2.2. Experimental Method

2.2.1. Experimental Factors

Cotton harvesting in Xinjiang is concentrated from mid-September to early November every year, and the seed cotton moisture content and trash content are often affected by the working conditions of cotton pickers during harvesting, which are random and highly variable [38,39,40], while the compression density and cross-sectional dimensions are usually correlated with compression power consumption. Therefore, the stress relaxation characteristics of seed cotton were investigated by using seed cotton moisture content, trash content, compression density, and cross-section dimensions as test factors. The moisture content of seed cotton is generally 6~22%, and the trash content is 8~16% during the harvest period. Meanwhile, when seed cotton is compressed to 400 kg/m³, the cottonseeds are broken violently, while the seed cotton compression equipment can compress the seed cotton to 200 kg/m³ [8,25]. The cross-sectional shape is selected as circular.

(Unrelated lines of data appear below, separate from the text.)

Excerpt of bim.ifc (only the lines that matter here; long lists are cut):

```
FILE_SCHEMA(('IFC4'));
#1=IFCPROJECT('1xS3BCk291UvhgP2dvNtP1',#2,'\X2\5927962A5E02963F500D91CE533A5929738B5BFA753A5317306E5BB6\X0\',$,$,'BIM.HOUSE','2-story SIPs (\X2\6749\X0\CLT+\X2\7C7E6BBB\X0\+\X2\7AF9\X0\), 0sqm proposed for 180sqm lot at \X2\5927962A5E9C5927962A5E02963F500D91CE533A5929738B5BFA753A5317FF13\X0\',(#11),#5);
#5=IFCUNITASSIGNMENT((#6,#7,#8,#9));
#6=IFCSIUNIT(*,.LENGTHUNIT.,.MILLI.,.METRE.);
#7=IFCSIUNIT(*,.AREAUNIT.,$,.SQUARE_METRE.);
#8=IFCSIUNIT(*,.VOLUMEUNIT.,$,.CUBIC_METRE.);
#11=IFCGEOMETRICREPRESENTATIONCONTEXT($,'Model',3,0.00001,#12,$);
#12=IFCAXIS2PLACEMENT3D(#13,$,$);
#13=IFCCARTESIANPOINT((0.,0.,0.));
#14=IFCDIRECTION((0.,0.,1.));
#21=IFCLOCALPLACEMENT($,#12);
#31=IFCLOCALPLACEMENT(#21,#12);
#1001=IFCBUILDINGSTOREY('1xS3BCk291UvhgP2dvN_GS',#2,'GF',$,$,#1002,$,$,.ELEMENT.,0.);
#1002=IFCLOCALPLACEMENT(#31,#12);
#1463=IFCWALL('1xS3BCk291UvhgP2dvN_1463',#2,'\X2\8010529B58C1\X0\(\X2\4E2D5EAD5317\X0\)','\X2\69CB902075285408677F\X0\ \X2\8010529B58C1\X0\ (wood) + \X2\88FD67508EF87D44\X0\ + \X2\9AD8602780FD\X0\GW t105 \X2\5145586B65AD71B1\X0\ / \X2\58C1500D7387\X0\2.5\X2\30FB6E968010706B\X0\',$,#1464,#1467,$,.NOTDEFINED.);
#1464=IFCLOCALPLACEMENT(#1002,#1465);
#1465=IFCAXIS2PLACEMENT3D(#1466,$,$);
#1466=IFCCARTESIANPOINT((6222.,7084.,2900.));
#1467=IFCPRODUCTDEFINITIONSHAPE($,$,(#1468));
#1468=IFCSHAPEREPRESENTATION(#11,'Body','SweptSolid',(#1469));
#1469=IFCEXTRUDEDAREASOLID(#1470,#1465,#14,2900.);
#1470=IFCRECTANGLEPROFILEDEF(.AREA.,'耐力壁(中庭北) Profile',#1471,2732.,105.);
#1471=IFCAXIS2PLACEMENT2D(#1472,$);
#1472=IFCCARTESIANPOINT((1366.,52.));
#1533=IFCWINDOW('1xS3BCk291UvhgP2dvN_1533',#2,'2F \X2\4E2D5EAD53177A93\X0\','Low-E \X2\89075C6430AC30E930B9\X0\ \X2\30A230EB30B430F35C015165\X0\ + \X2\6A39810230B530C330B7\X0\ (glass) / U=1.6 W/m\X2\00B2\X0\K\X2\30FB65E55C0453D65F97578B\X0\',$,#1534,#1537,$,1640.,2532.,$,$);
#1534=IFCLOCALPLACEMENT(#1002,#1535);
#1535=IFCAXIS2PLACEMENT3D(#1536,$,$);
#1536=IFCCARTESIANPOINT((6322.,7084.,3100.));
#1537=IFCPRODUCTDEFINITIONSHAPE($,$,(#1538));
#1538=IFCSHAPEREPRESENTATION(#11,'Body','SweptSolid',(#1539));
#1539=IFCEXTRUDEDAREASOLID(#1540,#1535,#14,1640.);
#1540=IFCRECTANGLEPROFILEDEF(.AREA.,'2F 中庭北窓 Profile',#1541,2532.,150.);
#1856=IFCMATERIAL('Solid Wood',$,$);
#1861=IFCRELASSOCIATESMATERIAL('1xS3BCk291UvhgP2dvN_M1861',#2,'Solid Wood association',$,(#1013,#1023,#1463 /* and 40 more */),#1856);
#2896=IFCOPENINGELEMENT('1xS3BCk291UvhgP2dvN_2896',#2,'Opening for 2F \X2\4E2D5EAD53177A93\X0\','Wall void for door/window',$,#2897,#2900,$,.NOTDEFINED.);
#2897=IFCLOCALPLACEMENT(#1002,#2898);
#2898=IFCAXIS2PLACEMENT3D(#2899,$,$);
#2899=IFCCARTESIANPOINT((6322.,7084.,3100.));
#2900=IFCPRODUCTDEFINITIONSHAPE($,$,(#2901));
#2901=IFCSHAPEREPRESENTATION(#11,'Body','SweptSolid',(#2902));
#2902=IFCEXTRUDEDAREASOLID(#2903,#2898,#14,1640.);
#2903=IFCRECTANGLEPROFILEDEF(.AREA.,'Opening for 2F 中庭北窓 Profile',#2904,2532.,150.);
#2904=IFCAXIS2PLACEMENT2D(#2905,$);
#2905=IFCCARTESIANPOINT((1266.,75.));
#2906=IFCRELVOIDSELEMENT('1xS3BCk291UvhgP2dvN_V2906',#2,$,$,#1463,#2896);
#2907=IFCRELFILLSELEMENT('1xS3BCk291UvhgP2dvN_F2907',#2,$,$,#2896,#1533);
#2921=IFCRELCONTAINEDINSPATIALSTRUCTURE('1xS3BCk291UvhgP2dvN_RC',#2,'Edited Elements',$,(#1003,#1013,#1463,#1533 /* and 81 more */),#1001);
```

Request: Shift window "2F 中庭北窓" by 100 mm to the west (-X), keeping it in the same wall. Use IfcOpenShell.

```python
import ifcopenshell
import ifcopenshell.api.geometry
import ifcopenshell.util.placement
import ifcopenshell.util.unit

model = ifcopenshell.open("bim.ifc")
unit_scale = ifcopenshell.util.unit.calculate_unit_scale(model)

window = model.by_id(1533)
opening = window.FillsVoids[0].RelatingOpeningElement
wall = opening.VoidsElements[0].RelatingBuildingElement

wall_matrix = ifcopenshell.util.placement.get_local_placement(wall.ObjectPlacement)
shift = wall_matrix[:3, 0] * -0.1 / unit_scale
before = ifcopenshell.util.placement.get_local_placement(window.ObjectPlacement)[:3, 3].copy()

# The window is not placed relative to its opening, so move both.
for product in (opening, window):
    matrix = ifcopenshell.util.placement.get_local_placement(product.ObjectPlacement)
    matrix[:3, 3] += shift
    ifcopenshell.api.geometry.edit_object_placement(model, product=product, matrix=matrix, is_si=False)

after = ifcopenshell.util.placement.get_local_placement(window.ObjectPlacement)[:3, 3]
print("window moved by", (after - before).round(3) + 0.0)

model.write("bim-out.ifc")
```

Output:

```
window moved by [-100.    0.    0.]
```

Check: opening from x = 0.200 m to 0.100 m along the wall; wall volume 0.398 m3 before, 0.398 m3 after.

The moisture content of machine-harvested seed cotton was selected as 6%, 10%, 14%, 18% and 22%; trash content was 8%, 10%, 12%, 14% and 16%; compression density was 200 kg/m³, 250 kg/m³, 300 kg/m³, 350 kg/m³, and 400 kg/m³; the cross-section dimensions of the compression chamber was selected as 100 mm, 150 mm and 200 mm. And the levels of experimental factors are shown in

Table 1. The levels of experimental factors.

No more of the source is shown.